I really like this bicolor lookalike species. unlike bicolor it tends to climb a bit. One does not see the often so here it is to view.


----------



## LO69 (Dec 3, 2021)

Thanks for sharing. Really nice!!


----------



## Paphman910 (Dec 3, 2021)

Very nice!


----------



## LadySlipper (Dec 3, 2021)

Awesome. Thanks for sharing.


----------



## abax (Dec 3, 2021)

This orchid ought to have a wonderful fragrance...does it?


----------



## BrucherT (Dec 4, 2021)

tomp said:


> I really like this bicolor lookalike species. unlike bicolor it tends to climb a bit. One does not see the often so here it is to view.View attachment 30348
> View attachment 30349
> View attachment 30350


Never seen it! What a nice clear green.


----------



## DrLeslieEe (Dec 5, 2021)

I've always loved this species... thanks for posting... now if I could only remember where I put mine lol.


----------



## GuRu (Dec 5, 2021)

BrucherT said:


> Never seen it! What a nice clear green.

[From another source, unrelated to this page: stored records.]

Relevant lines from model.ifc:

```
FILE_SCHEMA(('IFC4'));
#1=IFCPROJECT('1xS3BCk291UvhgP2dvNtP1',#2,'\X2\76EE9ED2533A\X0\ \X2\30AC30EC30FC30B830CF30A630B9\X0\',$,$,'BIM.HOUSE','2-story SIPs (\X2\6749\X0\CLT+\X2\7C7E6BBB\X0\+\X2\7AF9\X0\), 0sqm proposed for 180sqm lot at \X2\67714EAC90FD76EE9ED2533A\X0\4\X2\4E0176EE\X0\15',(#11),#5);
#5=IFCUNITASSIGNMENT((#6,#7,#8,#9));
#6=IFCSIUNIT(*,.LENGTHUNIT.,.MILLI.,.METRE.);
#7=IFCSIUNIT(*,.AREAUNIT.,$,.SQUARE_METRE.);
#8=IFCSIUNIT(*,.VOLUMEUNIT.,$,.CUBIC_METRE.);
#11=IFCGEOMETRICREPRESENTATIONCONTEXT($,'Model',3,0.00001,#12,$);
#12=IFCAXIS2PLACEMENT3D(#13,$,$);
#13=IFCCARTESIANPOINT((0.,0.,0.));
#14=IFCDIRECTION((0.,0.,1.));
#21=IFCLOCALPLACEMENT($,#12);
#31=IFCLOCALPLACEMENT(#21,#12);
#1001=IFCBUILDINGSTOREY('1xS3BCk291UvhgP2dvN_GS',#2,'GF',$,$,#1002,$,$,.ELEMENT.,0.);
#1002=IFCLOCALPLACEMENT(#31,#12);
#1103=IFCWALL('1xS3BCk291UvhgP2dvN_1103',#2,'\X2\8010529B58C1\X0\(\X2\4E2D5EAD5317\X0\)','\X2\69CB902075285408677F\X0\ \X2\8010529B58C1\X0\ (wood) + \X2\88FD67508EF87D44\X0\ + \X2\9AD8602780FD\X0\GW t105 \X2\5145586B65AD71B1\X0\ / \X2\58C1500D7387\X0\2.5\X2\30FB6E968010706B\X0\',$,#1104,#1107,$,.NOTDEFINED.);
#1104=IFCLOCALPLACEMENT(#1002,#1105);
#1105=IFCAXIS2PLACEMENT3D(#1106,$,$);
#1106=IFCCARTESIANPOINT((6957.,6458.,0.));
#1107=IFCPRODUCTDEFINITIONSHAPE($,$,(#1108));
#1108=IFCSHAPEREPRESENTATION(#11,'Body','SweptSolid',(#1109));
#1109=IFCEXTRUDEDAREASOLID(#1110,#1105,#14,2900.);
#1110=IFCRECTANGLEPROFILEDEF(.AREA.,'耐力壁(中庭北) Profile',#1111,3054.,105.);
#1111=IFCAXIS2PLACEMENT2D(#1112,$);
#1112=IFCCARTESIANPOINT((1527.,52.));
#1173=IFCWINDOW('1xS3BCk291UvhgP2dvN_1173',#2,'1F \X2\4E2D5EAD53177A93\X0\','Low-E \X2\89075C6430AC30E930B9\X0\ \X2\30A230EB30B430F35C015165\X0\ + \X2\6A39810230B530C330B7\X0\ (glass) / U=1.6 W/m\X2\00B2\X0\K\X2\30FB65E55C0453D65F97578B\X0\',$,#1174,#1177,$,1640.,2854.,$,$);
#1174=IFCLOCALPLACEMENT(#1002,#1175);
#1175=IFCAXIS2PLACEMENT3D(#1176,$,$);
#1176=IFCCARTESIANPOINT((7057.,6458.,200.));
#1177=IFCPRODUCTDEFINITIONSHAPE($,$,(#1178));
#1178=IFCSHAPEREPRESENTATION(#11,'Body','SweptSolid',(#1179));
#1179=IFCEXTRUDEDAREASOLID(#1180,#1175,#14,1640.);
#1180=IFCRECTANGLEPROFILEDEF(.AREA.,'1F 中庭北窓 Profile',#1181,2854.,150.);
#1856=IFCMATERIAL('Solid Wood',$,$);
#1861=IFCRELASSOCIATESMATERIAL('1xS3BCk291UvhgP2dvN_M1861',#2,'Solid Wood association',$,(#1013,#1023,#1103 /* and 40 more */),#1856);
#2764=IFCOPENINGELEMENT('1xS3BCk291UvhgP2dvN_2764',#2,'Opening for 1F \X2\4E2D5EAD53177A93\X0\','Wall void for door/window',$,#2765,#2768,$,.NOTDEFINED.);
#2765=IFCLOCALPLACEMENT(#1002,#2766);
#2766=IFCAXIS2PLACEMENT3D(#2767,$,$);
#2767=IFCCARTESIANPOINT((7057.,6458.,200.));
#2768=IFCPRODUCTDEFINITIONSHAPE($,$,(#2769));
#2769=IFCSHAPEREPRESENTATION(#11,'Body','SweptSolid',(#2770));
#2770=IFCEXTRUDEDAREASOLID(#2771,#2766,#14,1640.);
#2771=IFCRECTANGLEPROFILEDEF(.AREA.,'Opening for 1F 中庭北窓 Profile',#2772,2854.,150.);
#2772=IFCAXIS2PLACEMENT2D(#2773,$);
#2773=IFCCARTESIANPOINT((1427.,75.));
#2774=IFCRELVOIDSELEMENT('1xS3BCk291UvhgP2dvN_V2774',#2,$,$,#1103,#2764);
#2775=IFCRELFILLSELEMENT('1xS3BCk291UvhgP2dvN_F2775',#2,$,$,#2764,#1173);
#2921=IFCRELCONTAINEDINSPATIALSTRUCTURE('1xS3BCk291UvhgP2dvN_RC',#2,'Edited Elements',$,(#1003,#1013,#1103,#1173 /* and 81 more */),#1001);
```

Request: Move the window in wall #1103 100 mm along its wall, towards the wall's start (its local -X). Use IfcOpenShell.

```python
import ifcopenshell
import ifcopenshell.api.geometry
import ifcopenshell.util.placement
import ifcopenshell.util.unit

model = ifcopenshell.open("model.ifc")
unit_scale = ifcopenshell.util.unit.calculate_unit_scale(model)

window = model.by_id(1173)
opening = window.FillsVoids[0].RelatingOpeningElement
wall = opening.VoidsElements[0].RelatingBuildingElement

wall_matrix = ifcopenshell.util.placement.get_local_placement(wall.ObjectPlacement)
shift = wall_matrix[:3, 0] * -0.1 / unit_scale
before = ifcopenshell.util.placement.get_local_placement(window.ObjectPlacement)[:3, 3].copy()

# The window is not placed relative to its opening, so move both.
for product in (opening, window):
    matrix = ifcopenshell.util.placement.get_local_placement(product.ObjectPlacement)
    matrix[:3, 3] += shift
    ifcopenshell.api.geometry.edit_object_placement(model, product=product, matrix=matrix, is_si=False)

after = ifcopenshell.util.placement.get_local_placement(window.ObjectPlacement)[:3, 3]
print("window moved by", (after - before).round(3) + 0.0)

model.write("model_rev.ifc")
```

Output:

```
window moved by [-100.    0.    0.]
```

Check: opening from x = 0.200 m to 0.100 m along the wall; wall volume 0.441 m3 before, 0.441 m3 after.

So far I've never seen it, too. I like such flowers a lot, looked it up and could find that there are two colourations within this species....a mor green(ish) one like yours and a more brown(ish) one.



DrLeslieEe said:


> ..... now if I could only remember where I put mine lol.



Leslie, this could be affected by two reasons......too much orchids or beginning of senior moments. Both should give you pause. Think about this.


----------



## DrLeslieEe (Dec 5, 2021)

I move plants between 2 friend’s greenhouses and my indoor growing areas so sometimes plants stowaway lol.


----------